(Collected data entries)
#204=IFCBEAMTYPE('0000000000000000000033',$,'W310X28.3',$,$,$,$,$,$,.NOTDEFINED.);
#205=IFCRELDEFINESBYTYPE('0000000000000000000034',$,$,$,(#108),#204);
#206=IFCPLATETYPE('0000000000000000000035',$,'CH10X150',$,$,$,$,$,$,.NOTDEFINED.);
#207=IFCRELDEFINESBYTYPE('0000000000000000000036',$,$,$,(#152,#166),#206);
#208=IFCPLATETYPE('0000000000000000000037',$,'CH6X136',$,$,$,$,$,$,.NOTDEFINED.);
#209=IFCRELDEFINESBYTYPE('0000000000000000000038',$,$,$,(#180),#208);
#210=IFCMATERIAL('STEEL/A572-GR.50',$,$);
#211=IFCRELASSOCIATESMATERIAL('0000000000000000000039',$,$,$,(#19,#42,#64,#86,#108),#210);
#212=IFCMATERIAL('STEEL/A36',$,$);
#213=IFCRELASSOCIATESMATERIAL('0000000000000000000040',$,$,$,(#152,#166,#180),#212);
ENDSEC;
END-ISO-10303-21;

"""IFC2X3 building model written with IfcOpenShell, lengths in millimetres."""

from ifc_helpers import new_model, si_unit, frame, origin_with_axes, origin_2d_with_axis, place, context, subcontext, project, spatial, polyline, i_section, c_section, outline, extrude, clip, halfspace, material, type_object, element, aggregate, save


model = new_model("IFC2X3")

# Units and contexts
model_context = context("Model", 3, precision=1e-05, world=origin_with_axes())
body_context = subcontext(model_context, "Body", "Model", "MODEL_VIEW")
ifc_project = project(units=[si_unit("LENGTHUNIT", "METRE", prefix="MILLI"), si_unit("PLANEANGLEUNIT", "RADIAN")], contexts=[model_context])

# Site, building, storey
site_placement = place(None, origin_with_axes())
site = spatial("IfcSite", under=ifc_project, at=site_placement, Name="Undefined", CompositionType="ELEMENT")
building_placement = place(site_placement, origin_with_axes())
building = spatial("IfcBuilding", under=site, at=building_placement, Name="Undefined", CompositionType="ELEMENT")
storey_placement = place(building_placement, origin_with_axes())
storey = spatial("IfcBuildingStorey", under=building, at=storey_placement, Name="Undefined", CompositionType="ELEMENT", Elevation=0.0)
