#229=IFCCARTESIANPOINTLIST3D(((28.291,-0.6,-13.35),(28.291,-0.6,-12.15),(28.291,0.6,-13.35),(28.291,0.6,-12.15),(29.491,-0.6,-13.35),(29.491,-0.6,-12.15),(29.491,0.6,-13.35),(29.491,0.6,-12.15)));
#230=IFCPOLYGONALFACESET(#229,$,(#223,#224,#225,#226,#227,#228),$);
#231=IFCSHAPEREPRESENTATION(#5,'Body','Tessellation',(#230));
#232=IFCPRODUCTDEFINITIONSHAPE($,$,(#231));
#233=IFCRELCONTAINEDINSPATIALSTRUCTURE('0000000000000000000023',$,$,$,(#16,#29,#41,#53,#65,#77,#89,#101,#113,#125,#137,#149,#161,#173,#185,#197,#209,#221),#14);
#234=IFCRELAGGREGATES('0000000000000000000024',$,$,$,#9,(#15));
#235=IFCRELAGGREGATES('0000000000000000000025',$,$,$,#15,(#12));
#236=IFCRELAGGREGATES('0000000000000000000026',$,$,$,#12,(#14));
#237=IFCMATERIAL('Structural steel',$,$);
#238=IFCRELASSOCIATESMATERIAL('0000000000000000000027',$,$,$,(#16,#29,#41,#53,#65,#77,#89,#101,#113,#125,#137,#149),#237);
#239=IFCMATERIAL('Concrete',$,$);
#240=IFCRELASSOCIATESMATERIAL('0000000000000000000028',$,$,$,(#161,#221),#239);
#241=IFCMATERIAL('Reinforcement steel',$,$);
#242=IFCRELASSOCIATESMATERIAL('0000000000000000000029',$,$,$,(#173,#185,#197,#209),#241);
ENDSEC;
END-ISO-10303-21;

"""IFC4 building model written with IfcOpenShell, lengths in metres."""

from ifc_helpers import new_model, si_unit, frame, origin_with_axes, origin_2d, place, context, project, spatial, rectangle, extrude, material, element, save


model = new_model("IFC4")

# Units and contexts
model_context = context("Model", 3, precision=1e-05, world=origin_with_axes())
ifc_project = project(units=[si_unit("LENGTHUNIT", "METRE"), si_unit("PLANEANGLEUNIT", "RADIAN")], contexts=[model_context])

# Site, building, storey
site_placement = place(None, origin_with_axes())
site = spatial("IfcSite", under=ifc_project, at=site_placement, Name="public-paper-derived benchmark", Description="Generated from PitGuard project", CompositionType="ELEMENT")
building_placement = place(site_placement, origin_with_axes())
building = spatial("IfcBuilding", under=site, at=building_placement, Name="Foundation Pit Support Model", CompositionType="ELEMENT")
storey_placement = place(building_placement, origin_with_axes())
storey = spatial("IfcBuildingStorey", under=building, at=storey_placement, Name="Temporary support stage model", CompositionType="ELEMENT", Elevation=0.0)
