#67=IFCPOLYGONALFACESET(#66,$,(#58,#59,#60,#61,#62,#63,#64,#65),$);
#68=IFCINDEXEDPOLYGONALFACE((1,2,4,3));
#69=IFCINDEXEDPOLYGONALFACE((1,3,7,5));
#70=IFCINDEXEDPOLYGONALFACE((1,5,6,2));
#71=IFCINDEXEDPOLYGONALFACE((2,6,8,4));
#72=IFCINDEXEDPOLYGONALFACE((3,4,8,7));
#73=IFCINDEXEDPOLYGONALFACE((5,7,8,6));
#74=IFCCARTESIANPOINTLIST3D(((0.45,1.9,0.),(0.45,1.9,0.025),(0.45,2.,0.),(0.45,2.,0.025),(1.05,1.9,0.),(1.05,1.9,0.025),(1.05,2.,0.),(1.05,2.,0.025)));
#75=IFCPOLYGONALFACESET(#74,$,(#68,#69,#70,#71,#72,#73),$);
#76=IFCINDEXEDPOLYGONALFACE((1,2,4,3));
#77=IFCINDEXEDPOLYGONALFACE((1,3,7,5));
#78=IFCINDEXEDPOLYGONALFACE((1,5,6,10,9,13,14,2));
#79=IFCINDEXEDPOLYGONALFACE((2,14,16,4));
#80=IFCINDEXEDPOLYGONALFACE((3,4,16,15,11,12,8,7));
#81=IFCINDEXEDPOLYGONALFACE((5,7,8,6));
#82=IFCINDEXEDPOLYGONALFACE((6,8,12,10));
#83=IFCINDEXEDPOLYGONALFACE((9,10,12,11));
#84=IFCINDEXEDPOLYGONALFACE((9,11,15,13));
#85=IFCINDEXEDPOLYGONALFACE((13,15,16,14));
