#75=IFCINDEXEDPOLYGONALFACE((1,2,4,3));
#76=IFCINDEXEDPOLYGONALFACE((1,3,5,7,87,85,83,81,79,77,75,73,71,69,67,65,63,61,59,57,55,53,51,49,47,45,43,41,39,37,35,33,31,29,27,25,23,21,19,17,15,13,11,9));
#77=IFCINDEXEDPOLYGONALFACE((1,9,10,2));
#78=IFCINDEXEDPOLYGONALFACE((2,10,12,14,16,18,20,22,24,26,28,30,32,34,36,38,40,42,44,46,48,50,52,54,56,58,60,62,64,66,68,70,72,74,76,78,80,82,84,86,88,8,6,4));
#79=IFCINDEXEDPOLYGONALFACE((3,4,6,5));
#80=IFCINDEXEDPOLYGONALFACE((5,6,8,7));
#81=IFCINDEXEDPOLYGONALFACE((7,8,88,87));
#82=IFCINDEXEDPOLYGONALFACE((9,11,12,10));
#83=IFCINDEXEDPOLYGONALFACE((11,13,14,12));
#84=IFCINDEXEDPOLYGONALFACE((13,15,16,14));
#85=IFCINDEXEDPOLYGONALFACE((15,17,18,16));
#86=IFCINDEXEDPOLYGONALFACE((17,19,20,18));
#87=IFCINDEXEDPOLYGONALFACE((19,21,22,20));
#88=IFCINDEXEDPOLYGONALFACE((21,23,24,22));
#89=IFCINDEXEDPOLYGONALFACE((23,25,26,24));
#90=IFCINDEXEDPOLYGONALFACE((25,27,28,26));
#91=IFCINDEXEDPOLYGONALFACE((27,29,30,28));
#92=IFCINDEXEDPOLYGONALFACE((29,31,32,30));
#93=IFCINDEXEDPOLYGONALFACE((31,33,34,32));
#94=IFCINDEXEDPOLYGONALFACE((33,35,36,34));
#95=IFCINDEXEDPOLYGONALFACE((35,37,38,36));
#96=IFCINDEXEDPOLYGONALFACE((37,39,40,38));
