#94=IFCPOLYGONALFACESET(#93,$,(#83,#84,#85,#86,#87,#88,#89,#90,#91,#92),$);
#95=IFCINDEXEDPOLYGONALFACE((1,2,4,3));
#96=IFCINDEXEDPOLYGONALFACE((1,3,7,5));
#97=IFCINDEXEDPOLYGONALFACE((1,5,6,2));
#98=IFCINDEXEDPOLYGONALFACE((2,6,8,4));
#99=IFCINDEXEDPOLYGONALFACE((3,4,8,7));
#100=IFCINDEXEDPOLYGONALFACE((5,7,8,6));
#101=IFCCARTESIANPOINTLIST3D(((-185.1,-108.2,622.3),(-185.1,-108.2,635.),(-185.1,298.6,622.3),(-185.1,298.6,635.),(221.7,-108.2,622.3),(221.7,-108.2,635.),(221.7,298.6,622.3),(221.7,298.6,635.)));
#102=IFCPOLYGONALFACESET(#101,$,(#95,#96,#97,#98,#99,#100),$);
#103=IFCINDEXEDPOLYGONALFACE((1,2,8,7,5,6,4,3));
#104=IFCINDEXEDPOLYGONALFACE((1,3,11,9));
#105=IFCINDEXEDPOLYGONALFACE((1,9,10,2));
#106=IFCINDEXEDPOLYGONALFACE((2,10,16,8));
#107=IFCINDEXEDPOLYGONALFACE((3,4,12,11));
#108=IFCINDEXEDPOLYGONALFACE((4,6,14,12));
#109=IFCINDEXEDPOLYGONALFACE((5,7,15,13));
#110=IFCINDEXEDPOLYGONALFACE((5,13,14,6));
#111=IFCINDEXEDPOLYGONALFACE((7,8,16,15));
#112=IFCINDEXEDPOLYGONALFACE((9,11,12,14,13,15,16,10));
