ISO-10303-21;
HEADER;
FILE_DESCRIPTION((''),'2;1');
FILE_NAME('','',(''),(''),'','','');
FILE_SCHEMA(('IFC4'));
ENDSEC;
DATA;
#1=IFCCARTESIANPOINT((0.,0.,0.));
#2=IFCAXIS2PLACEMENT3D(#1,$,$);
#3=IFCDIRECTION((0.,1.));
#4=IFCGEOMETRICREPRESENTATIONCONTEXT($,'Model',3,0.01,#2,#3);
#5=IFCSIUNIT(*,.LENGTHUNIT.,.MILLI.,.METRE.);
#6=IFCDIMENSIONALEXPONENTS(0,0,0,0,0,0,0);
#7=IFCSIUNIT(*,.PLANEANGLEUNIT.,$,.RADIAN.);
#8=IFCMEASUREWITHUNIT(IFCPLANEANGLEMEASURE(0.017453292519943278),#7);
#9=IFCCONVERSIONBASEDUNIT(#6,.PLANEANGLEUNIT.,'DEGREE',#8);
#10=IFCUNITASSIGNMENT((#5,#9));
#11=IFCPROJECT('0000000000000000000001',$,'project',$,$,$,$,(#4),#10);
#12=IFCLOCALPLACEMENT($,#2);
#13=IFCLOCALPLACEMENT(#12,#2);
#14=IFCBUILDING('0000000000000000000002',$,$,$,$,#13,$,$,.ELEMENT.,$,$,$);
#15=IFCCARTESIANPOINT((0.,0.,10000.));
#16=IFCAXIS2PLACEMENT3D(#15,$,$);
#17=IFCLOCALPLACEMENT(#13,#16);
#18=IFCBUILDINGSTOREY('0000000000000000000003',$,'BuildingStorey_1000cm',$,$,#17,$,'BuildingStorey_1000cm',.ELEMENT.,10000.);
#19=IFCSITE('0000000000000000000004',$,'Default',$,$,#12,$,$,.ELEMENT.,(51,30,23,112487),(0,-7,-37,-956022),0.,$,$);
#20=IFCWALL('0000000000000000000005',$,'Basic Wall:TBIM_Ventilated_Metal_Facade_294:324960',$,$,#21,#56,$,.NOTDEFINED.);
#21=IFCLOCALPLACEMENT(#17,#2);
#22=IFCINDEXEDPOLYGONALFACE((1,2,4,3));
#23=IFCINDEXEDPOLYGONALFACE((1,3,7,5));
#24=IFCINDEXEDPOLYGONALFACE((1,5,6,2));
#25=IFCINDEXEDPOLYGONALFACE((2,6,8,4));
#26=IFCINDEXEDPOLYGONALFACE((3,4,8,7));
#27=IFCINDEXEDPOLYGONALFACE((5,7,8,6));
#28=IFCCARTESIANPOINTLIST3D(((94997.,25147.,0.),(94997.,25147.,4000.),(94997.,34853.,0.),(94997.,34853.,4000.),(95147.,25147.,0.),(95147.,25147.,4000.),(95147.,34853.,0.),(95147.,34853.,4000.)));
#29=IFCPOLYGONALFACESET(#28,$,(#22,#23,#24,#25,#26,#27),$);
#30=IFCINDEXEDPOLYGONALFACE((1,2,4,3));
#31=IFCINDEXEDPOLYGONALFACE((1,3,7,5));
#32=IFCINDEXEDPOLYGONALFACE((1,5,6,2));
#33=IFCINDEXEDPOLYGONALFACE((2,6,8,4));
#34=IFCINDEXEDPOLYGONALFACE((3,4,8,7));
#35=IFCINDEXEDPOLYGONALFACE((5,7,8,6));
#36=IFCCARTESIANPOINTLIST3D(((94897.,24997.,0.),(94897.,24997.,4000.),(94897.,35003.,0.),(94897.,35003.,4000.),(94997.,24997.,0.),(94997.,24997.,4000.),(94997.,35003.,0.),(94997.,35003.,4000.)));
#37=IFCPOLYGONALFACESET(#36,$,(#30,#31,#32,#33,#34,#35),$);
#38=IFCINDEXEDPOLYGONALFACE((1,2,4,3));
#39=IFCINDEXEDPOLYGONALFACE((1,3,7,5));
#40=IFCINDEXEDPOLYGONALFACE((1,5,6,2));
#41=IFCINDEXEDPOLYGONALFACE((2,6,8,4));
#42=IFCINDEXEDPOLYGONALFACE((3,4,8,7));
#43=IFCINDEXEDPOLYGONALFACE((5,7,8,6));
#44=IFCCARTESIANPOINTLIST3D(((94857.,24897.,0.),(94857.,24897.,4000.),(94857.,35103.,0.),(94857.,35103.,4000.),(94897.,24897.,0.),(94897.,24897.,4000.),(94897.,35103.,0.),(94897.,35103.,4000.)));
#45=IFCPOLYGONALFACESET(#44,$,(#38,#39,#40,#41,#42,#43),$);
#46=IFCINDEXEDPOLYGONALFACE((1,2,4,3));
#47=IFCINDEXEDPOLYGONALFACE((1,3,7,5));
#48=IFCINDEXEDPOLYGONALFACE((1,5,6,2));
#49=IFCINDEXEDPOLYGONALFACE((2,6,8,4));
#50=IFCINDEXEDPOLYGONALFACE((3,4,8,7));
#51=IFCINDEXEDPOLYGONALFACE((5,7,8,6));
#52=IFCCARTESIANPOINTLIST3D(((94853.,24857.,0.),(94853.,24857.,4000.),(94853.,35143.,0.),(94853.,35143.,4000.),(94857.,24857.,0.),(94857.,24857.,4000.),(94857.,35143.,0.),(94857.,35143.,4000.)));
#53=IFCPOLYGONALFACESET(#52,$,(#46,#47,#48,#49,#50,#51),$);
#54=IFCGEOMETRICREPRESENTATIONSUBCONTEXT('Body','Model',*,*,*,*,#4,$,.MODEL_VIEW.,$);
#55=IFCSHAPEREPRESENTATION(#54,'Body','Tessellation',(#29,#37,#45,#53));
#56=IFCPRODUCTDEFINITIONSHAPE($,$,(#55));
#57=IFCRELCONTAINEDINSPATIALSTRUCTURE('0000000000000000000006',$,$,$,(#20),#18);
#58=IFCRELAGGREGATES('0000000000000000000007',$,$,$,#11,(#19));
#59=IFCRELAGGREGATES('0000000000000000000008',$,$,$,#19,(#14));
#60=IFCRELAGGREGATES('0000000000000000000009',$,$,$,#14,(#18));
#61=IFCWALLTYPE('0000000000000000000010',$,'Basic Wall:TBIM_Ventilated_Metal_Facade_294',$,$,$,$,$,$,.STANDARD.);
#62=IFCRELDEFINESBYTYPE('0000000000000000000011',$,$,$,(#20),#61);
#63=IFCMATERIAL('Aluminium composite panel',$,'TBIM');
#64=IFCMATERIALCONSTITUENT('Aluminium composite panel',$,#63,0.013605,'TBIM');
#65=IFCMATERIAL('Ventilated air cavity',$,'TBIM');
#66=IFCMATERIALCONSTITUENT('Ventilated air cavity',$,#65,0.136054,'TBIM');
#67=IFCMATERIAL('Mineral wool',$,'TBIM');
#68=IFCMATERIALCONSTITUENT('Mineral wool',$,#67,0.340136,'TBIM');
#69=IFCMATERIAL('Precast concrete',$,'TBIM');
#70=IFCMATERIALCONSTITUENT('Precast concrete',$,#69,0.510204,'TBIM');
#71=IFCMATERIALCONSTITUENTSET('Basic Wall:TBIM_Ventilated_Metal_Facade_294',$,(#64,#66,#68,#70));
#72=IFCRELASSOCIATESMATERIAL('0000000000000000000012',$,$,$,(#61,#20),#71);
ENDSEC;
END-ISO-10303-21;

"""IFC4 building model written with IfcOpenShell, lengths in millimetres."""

from ifc_helpers import new_model, entity, si_unit, converted_unit, direction, frame, origin, place, context, subcontext, project, spatial, indexed_curve, outline, extrude, material, constituent, constituent_set, type_object, element, save


model = new_model("IFC4")

# Units and contexts
model_context = context("Model", 3, precision=0.01, world=origin(), true_north=direction((0.0, 1.0)))
body_context = subcontext(model_context, "Body", "Model", "MODEL_VIEW")
ifc_project = project(units=[si_unit("LENGTHUNIT", "METRE", prefix="MILLI"), converted_unit("PLANEANGLEUNIT", "DEGREE", entity("IfcPlaneAngleMeasure", 0.017453292519943278), si_unit("PLANEANGLEUNIT", "RADIAN"), dimensions=[0, 0, 0, 0, 0, 0, 0])], contexts=[model_context])

# Site, building, storey
site_placement = place(None, origin())
site = spatial("IfcSite", under=ifc_project, at=site_placement, Name="Default", CompositionType="ELEMENT", RefLatitude=(51, 30, 23, 112487), RefLongitude=(0, -7, -37, -956022), RefElevation=0.0)
building_placement = place(site_placement, origin())
building = spatial("IfcBuilding", under=site, at=building_placement, CompositionType="ELEMENT")
storey_placement = place(building_placement, frame((0.0, 0.0, 10000.0)))
storey = spatial("IfcBuildingStorey", under=building, at=storey_placement, Name="BuildingStorey_1000cm", LongName="BuildingStorey_1000cm", CompositionType="ELEMENT", Elevation=10000.0)

# Shared definitions
ifc_material_1 = material(Name="Mineral wool", Category="TBIM")

# Wall
ifc_material_2 = material(Name="Aluminium composite panel", Category="TBIM")
ifc_constituent_1 = constituent(ifc_material_2, Name="Aluminium composite panel", Category="TBIM", fraction=0.013605)
ifc_material_3 = material(Name="Ventilated air cavity", Category="TBIM")
ifc_constituent_2 = constituent(ifc_material_3, Name="Ventilated air cavity", Category="TBIM", fraction=0.136054)
ifc_constituent_3 = constituent(ifc_material_1, Name="Mineral wool", Category="TBIM", fraction=0.340136)
ifc_material_4 = material(Name="Precast concrete", Category="TBIM")
ifc_constituent_4 = constituent(ifc_material_4, Name="Precast concrete", Category="TBIM", fraction=0.510204)
ifc_constituent_set_1 = constituent_set(constituents=[ifc_constituent_1, ifc_constituent_2, ifc_constituent_3, ifc_constituent_4], Name="Basic Wall:TBIM_Ventilated_Metal_Facade_294")
wall_type = type_object("IfcWallType", Name="Basic Wall:TBIM_Ventilated_Metal_Facade_294", PredefinedType="STANDARD", material=ifc_constituent_set_1)
wall_1_placement = place(storey_placement, frame((95000.0, 25147.0, 0.0), z_axis=(0.0, 0.0, 1.0), x_axis=(0.0, 1.0, 0.0)))
element("IfcWall", 1, at=wall_1_placement, inside=storey, type_object=wall_type, material=ifc_constituent_set_1, Name="Basic Wall:TBIM_Ventilated_Metal_Facade_294:324960", PredefinedType="NOTDEFINED", context=body_context, shape_type="SweptSolid", body=[
    extrude(outline(indexed_curve([(-75.0, -4853.0), (75.0, -4853.0), (75.0, 4853.0), (-75.0, 4853.0), (-75.0, -4853.0)], self_intersect=False)), frame((4853.0, -72.0, 0.0), z_axis=(0.0, 0.0, 1.0), x_axis=(0.0, 1.0, 0.0)), (0.0, 0.0, 1.0), 4000.0),
    extrude(outline(indexed_curve([(-5003.0, -50.0), (5003.0, -50.0), (5003.0, 50.0), (-5003.0, 50.0), (-5003.0, -50.0)], self_intersect=False)), frame((4853.0, 53.0, 0.0)), (0.0, 0.0, 1.0), 4000.0),
    extrude(outline(indexed_curve([(-5103.0, -20.0), (5103.0, -20.0), (5103.0, 20.0), (-5103.0, 20.0), (-5103.0, -20.0)], self_intersect=False)), frame((4853.0, 123.0, 0.0)), (0.0, 0.0, 1.0), 4000.0),
    extrude(outline(indexed_curve([(-2.0, -5143.0), (2.0, -5143.0), (2.0, 5143.0), (-2.0, 5143.0), (-2.0, -5143.0)], self_intersect=False)), frame((4853.0, 145.0, 0.0), z_axis=(0.0, 0.0, 1.0), x_axis=(0.0, -1.0, 0.0)), (0.0, 0.0, 1.0), 4000.0),
])

save(model, "model.ifc")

WORK INSTRUCTION: Using the entries above, give back exactly the line containing "#26=IFCINDEXEDPOLYGONALFACE((3,4,8,7));", the line containing "#39=IFCINDEXEDPOLYGONALFACE((1,3,7,5));", and every line between them, and nothing else.

RESULT:
#26=IFCINDEXEDPOLYGONALFACE((3,4,8,7));
#27=IFCINDEXEDPOLYGONALFACE((5,7,8,6));
#28=IFCCARTESIANPOINTLIST3D(((94997.,25147.,0.),(94997.,25147.,4000.),(94997.,34853.,0.),(94997.,34853.,4000.),(95147.,25147.,0.),(95147.,25147.,4000.),(95147.,34853.,0.),(95147.,34853.,4000.)));
#29=IFCPOLYGONALFACESET(#28,$,(#22,#23,#24,#25,#26,#27),$);
#30=IFCINDEXEDPOLYGONALFACE((1,2,4,3));
#31=IFCINDEXEDPOLYGONALFACE((1,3,7,5));
#32=IFCINDEXEDPOLYGONALFACE((1,5,6,2));
#33=IFCINDEXEDPOLYGONALFACE((2,6,8,4));
#34=IFCINDEXEDPOLYGONALFACE((3,4,8,7));
#35=IFCINDEXEDPOLYGONALFACE((5,7,8,6));
#36=IFCCARTESIANPOINTLIST3D(((94897.,24997.,0.),(94897.,24997.,4000.),(94897.,35003.,0.),(94897.,35003.,4000.),(94997.,24997.,0.),(94997.,24997.,4000.),(94997.,35003.,0.),(94997.,35003.,4000.)));
#37=IFCPOLYGONALFACESET(#36,$,(#30,#31,#32,#33,#34,#35),$);
#38=IFCINDEXEDPOLYGONALFACE((1,2,4,3));
#39=IFCINDEXEDPOLYGONALFACE((1,3,7,5));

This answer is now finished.